■ **What to produce**
Set down all of the records exactly, leaving none out.

═════ The input

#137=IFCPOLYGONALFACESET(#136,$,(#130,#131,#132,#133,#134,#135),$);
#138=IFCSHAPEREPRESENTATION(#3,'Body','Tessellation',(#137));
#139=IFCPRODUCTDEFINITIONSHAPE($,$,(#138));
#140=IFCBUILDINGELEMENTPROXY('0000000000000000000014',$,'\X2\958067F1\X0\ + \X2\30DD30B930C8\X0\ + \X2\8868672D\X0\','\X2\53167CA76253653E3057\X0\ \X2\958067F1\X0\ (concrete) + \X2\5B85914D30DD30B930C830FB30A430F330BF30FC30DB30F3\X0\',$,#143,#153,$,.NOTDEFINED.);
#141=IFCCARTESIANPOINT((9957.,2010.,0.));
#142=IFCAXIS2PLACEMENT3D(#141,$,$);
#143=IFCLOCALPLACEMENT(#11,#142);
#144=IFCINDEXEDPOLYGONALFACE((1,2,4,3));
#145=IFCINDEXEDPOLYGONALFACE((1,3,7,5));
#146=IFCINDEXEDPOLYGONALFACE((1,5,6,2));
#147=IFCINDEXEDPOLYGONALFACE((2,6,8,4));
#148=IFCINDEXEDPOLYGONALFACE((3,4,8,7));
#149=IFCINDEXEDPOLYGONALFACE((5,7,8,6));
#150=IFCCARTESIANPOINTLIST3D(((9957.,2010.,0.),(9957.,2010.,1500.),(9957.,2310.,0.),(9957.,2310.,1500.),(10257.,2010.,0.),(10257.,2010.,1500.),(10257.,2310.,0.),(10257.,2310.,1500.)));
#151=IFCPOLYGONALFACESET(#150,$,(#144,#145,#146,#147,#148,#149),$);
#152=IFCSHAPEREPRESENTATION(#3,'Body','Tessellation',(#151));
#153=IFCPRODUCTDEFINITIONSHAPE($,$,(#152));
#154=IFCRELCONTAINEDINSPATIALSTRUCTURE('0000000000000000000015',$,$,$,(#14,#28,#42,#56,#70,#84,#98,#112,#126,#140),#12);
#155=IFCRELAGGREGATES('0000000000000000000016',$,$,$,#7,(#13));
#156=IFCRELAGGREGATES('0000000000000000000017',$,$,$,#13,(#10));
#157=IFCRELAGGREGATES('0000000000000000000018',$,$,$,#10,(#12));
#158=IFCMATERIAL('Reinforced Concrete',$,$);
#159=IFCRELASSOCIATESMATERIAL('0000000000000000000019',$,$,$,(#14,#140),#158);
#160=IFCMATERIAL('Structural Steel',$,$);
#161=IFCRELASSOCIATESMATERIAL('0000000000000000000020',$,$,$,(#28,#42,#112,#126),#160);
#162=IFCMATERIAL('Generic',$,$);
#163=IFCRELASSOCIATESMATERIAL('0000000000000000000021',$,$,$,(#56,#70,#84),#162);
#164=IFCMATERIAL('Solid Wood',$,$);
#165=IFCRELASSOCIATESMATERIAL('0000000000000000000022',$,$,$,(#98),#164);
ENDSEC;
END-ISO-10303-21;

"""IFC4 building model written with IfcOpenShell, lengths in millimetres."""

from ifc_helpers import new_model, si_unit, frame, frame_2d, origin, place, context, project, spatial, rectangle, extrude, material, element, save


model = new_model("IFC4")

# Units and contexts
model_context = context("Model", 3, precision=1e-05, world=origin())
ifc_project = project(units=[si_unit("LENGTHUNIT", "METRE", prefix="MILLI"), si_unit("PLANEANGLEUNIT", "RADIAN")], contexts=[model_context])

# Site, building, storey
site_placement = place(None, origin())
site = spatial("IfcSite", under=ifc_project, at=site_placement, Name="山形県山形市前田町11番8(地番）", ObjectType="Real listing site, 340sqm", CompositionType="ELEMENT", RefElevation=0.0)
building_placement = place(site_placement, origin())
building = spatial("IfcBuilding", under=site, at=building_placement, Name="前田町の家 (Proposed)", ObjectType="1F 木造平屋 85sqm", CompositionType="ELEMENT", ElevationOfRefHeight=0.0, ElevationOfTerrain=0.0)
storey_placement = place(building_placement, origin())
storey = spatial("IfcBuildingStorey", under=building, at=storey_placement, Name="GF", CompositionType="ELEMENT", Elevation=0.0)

══════════

■ **Result of this task**
#137=IFCPOLYGONALFACESET(#136,$,(#130,#131,#132,#133,#134,#135),$);
#138=IFCSHAPEREPRESENTATION(#3,'Body','Tessellation',(#137));
#139=IFCPRODUCTDEFINITIONSHAPE($,$,(#138));
#140=IFCBUILDINGELEMENTPROXY('0000000000000000000014',$,'\X2\958067F1\X0\ + \X2\30DD30B930C8\X0\ + \X2\8868672D\X0\','\X2\53167CA76253653E3057\X0\ \X2\958067F1\X0\ (concrete) + \X2\5B85914D30DD30B930C830FB30A430F330BF30FC30DB30F3\X0\',$,#143,#153,$,.NOTDEFINED.);
#141=IFCCARTESIANPOINT((9957.,2010.,0.));
#142=IFCAXIS2PLACEMENT3D(#141,$,$);
#143=IFCLOCALPLACEMENT(#11,#142);
#144=IFCINDEXEDPOLYGONALFACE((1,2,4,3));
#145=IFCINDEXEDPOLYGONALFACE((1,3,7,5));
#146=IFCINDEXEDPOLYGONALFACE((1,5,6,2));
#147=IFCINDEXEDPOLYGONALFACE((2,6,8,4));
#148=IFCINDEXEDPOLYGONALFACE((3,4,8,7));
#149=IFCINDEXEDPOLYGONALFACE((5,7,8,6));
#150=IFCCARTESIANPOINTLIST3D(((9957.,2010.,0.),(9957.,2010.,1500.),(9957.,2310.,0.),(9957.,2310.,1500.),(10257.,2010.,0.),(10257.,2010.,1500.),(10257.,2310.,0.),(10257.,2310.,1500.)));
#151=IFCPOLYGONALFACESET(#150,$,(#144,#145,#146,#147,#148,#149),$);
#152=IFCSHAPEREPRESENTATION(#3,'Body','Tessellation',(#151));
#153=IFCPRODUCTDEFINITIONSHAPE($,$,(#152));
#154=IFCRELCONTAINEDINSPATIALSTRUCTURE('0000000000000000000015',$,$,$,(#14,#28,#42,#56,#70,#84,#98,#112,#126,#140),#12);
#155=IFCRELAGGREGATES('0000000000000000000016',$,$,$,#7,(#13));
#156=IFCRELAGGREGATES('0000000000000000000017',$,$,$,#13,(#10));
#157=IFCRELAGGREGATES('0000000000000000000018',$,$,$,#10,(#12));
#158=IFCMATERIAL('Reinforced Concrete',$,$);
#159=IFCRELASSOCIATESMATERIAL('0000000000000000000019',$,$,$,(#14,#140),#158);
#160=IFCMATERIAL('Structural Steel',$,$);
#161=IFCRELASSOCIATESMATERIAL('0000000000000000000020',$,$,$,(#28,#42,#112,#126),#160);
#162=IFCMATERIAL('Generic',$,$);
#163=IFCRELASSOCIATESMATERIAL('0000000000000000000021',$,$,$,(#56,#70,#84),#162);
#164=IFCMATERIAL('Solid Wood',$,$);
#165=IFCRELASSOCIATESMATERIAL('0000000000000000000022',$,$,$,(#98),#164);
ENDSEC;
END-ISO-10303-21;

"""IFC4 building model written with IfcOpenShell, lengths in millimetres."""

from ifc_helpers import new_model, si_unit, frame, frame_2d, origin, place, context, project, spatial, rectangle, extrude, material, element, save


model = new_model("IFC4")

# Units and contexts
model_context = context("Model", 3, precision=1e-05, world=origin())
ifc_project = project(units=[si_unit("LENGTHUNIT", "METRE", prefix="MILLI"), si_unit("PLANEANGLEUNIT", "RADIAN")], contexts=[model_context])

# Site, building, storey
site_placement = place(None, origin())
site = spatial("IfcSite", under=ifc_project, at=site_placement, Name="山形県山形市前田町11番8(地番）", ObjectType="Real listing site, 340sqm", CompositionType="ELEMENT", RefElevation=0.0)
building_placement = place(site_placement, origin())
building = spatial("IfcBuilding", under=site, at=building_placement, Name="前田町の家 (Proposed)", ObjectType="1F 木造平屋 85sqm", CompositionType="ELEMENT", ElevationOfRefHeight=0.0, ElevationOfTerrain=0.0)
storey_placement = place(building_placement, origin())
storey = spatial("IfcBuildingStorey", under=building, at=storey_placement, Name="GF", CompositionType="ELEMENT", Elevation=0.0)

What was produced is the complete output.